Task to carry out:
Check each line of the data for "IFCSHAPEREPRESENTATION", and copy the ones that have it.

Given data:
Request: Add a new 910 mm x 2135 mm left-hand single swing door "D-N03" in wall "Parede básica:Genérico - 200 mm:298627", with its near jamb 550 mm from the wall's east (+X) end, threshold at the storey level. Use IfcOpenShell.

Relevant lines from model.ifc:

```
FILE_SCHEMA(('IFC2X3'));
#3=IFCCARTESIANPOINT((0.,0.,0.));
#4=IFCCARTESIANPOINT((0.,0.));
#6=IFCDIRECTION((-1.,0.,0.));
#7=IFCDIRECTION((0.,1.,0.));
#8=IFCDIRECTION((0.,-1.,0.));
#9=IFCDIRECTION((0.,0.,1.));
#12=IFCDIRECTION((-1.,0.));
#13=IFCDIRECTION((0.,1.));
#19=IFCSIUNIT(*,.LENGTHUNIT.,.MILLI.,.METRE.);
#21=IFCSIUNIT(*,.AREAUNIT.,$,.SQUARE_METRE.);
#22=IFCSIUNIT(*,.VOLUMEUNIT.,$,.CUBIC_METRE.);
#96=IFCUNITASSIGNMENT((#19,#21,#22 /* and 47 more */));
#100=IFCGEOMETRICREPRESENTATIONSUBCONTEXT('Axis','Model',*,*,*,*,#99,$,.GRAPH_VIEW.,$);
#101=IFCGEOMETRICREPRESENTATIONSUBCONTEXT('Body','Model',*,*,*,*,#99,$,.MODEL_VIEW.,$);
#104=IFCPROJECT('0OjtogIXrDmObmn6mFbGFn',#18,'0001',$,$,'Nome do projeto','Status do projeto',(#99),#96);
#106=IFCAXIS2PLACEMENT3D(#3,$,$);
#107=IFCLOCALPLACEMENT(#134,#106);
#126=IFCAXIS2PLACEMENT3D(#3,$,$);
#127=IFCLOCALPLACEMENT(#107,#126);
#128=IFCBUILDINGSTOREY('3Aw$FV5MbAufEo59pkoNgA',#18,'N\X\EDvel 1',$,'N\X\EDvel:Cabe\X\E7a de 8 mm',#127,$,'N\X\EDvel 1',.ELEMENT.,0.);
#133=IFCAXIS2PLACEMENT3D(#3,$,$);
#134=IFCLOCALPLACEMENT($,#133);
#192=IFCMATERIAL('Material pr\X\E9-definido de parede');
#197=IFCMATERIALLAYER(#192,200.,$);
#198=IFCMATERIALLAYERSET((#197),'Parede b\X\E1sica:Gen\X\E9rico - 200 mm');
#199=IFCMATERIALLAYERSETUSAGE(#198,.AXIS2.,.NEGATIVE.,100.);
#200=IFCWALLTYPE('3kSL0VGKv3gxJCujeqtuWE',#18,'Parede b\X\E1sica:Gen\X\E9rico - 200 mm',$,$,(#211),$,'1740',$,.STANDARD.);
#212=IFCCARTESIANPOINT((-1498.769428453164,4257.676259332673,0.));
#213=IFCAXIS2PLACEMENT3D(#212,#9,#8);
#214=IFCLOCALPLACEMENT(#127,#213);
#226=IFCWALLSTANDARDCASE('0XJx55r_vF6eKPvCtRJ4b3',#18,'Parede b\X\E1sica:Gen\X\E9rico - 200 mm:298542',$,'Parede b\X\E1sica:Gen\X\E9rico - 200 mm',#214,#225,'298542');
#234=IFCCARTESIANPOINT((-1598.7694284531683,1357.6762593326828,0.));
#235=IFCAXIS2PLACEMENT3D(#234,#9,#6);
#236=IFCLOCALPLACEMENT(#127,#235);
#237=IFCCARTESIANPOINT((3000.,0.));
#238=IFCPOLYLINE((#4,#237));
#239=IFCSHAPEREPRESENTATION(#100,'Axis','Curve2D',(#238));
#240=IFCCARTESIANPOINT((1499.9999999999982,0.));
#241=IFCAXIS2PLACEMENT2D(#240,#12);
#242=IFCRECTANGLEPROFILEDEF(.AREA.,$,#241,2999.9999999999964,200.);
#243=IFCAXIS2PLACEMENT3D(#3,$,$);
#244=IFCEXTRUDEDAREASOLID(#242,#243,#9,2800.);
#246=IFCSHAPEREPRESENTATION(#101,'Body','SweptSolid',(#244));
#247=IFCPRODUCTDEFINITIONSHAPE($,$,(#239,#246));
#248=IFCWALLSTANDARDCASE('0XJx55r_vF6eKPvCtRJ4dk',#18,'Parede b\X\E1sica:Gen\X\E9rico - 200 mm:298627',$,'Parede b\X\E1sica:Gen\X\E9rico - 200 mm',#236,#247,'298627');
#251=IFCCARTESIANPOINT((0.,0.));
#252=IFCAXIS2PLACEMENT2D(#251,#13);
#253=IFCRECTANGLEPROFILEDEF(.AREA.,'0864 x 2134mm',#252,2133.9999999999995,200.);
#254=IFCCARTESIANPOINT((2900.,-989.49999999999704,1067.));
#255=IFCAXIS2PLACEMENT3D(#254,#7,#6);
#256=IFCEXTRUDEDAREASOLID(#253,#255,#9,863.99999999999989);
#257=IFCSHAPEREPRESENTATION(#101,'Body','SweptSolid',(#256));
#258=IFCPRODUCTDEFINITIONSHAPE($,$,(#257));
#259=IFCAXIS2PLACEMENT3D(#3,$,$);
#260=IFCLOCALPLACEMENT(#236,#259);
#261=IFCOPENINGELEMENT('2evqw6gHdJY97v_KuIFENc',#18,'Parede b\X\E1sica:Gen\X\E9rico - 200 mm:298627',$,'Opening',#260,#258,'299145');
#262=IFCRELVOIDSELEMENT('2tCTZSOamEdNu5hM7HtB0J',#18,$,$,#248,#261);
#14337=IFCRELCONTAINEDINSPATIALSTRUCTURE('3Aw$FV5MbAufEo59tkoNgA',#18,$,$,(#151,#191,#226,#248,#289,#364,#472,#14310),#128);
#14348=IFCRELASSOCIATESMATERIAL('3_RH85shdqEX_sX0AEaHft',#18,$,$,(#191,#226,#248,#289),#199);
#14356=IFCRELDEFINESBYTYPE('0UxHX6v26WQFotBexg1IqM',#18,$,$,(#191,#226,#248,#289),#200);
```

```python
import numpy as np
import ifcopenshell
import ifcopenshell.api.feature
import ifcopenshell.api.geometry
import ifcopenshell.api.root
import ifcopenshell.api.spatial
import ifcopenshell.api.type
import ifcopenshell.geom
import ifcopenshell.util.element
import ifcopenshell.util.placement
import ifcopenshell.util.representation
import ifcopenshell.util.shape
import ifcopenshell.util.unit

model = ifcopenshell.open("model.ifc")
unit_scale = ifcopenshell.util.unit.calculate_unit_scale(model)
settings = ifcopenshell.geom.settings()


def volume(element):
    """Net volume in cubic metres, openings subtracted."""
    shape = ifcopenshell.geom.create_shape(settings, element)
    return ifcopenshell.util.shape.get_volume(shape.geometry)


wall = model.by_guid("0XJx55r_vF6eKPvCtRJ4dk")
storey = ifcopenshell.util.element.get_container(wall, ifc_class="IfcBuildingStorey")
context = ifcopenshell.util.representation.get_context(model, "Model", "Body", "MODEL_VIEW")
before = volume(wall)

width, height, from_end, sill = 0.91, 2.135, 0.55, 0.0  # metres

# The wall runs along its own X axis, and the end named is its -X end.
wall_shape = ifcopenshell.geom.create_shape(settings, wall)
x, y, z = ifcopenshell.util.shape.get_vertices(wall_shape.geometry).T
start = x.min() + from_end
face, thickness = float(y.min()), float(y.max() - y.min())
wall_matrix = ifcopenshell.util.placement.get_local_placement(wall.ObjectPlacement)
level = ifcopenshell.util.placement.get_local_placement(storey.ObjectPlacement)[2, 3]


def in_wall(x, y):
    """Placement at x, y metres in the wall's axes, at sill height."""
    matrix = wall_matrix.copy()
    matrix[:, 3] = wall_matrix @ np.array([x / unit_scale, y / unit_scale, 0.0, 1.0])
    matrix[2, 3] = level + sill / unit_scale
    return matrix


# Opening: a box that overshoots both wall faces by 50 mm.
opening = ifcopenshell.api.root.create_entity(model, ifc_class="IfcOpeningElement")
box = ifcopenshell.api.geometry.add_wall_representation(
    model, context=context, length=width, height=height, thickness=thickness + 0.1
)
ifcopenshell.api.geometry.assign_representation(model, product=opening, representation=box)
ifcopenshell.api.geometry.edit_object_placement(model, product=opening, matrix=in_wall(start, face - 0.05), is_si=False)
ifcopenshell.api.feature.add_feature(model, feature=opening, element=wall)

door = ifcopenshell.api.root.create_entity(model, ifc_class="IfcDoor", name="D-N03")
door.OverallWidth, door.OverallHeight = width / unit_scale, height / unit_scale
body = ifcopenshell.api.geometry.add_door_representation(
    model,
    context=context,
    overall_width=door.OverallWidth,
    overall_height=door.OverallHeight,
    operation_type="SINGLE_SWING_LEFT",
    lining_properties={"LiningDepth": thickness / unit_scale, "ThresholdDepth": thickness / unit_scale},
)
ifcopenshell.api.geometry.assign_representation(model, product=door, representation=body)
ifcopenshell.api.spatial.assign_container(model, products=[door], relating_structure=storey)
fills = ifcopenshell.api.feature.add_filling(model, opening=opening, element=door)
fills.OwnerHistory = door.OwnerHistory  # required in IFC2X3

# IFC2X3 keeps the operation on the door style.
style = ifcopenshell.api.root.create_entity(model, ifc_class="IfcDoorStyle", name="D-N03")
style.OperationType, style.ConstructionType = "SINGLE_SWING_LEFT", "NOTDEFINED"
style.ParameterTakesPrecedence = style.Sizeable = False
ifcopenshell.api.type.assign_type(model, related_objects=[door], relating_type=style)

# The lining spans the wall, so the door starts at the wall face.
ifcopenshell.api.geometry.edit_object_placement(model, product=door, matrix=in_wall(start, face), is_si=False)

after = volume(wall)

print(f"wall volume {before:.3f} -> {after:.3f} m3")

model.write("model-out.ifc")
```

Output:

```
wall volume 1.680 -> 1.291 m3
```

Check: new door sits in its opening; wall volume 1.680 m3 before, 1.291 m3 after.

Result of the exercise:
#239=IFCSHAPEREPRESENTATION(#100,'Axis','Curve2D',(#238));
#246=IFCSHAPEREPRESENTATION(#101,'Body','SweptSolid',(#244));
#257=IFCSHAPEREPRESENTATION(#101,'Body','SweptSolid',(#256));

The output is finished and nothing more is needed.